### WORK TASK
Each line of the records that holds the word "None" should be copied out.

### Collected data entries
··········
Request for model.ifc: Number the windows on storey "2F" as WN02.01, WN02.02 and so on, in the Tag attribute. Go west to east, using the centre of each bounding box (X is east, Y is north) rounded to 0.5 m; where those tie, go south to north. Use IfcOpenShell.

First a look at what the model holds.

```python
import ifcopenshell
import ifcopenshell.util.element
import ifcopenshell.util.placement

model = ifcopenshell.open("model.ifc")
print(model.schema)
storey = next(s for s in model.by_type("IfcBuildingStorey") if s.Name == "2F")
windows = [e for e in ifcopenshell.util.element.get_decomposition(storey) if e.is_a("IfcWindow")]
for e in sorted(windows, key=lambda e: e.id()):
    origin = ifcopenshell.util.placement.get_local_placement(e.ObjectPlacement)[:3, 3]
    print(e.id(), e.Tag, e.Name, origin.round(2) + 0.0, sep=" | ")
```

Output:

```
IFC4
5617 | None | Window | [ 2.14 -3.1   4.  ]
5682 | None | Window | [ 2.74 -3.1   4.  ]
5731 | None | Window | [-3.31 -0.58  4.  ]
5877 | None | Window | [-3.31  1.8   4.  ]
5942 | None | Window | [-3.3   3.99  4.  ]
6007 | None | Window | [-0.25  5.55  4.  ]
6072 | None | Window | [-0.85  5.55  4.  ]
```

```python
import ifcopenshell
import ifcopenshell.geom
import ifcopenshell.util.element
import ifcopenshell.util.shape

model = ifcopenshell.open("model.ifc")
settings = ifcopenshell.geom.settings()
settings.set("use-world-coords", True)


def centre(element):
    shape = ifcopenshell.geom.create_shape(settings, element)
    return ifcopenshell.util.shape.get_bbox_centroid(shape.geometry)


storey = next(s for s in model.by_type("IfcBuildingStorey") if s.Name == "2F")
windows = [e for e in ifcopenshell.util.element.get_decomposition(storey) if e.is_a("IfcWindow")]

# Insertion points can sit at a corner or the storey origin, so sort by the geometry (in metres).
centres = {e: centre(e) for e in windows}
windows.sort(key=lambda e: (round(centres[e][0] / 0.5), centres[e][1]))

for i, e in enumerate(windows, start=1):
    number = f"WN02.{i:02d}"
    e.Tag = number
    print(e.id(), number)

model.write("model-out.ifc")
```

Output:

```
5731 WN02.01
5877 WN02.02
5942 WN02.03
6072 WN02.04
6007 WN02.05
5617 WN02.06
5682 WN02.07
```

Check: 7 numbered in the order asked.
··········
### WRITTEN ANSWER
5617 | None | Window | [ 2.14 -3.1   4.  ]
5682 | None | Window | [ 2.74 -3.1   4.  ]
5731 | None | Window | [-3.31 -0.58  4.  ]
5877 | None | Window | [-3.31  1.8   4.  ]
5942 | None | Window | [-3.3   3.99  4.  ]
6007 | None | Window | [-0.25  5.55  4.  ]
6072 | None | Window | [-0.85  5.55  4.  ]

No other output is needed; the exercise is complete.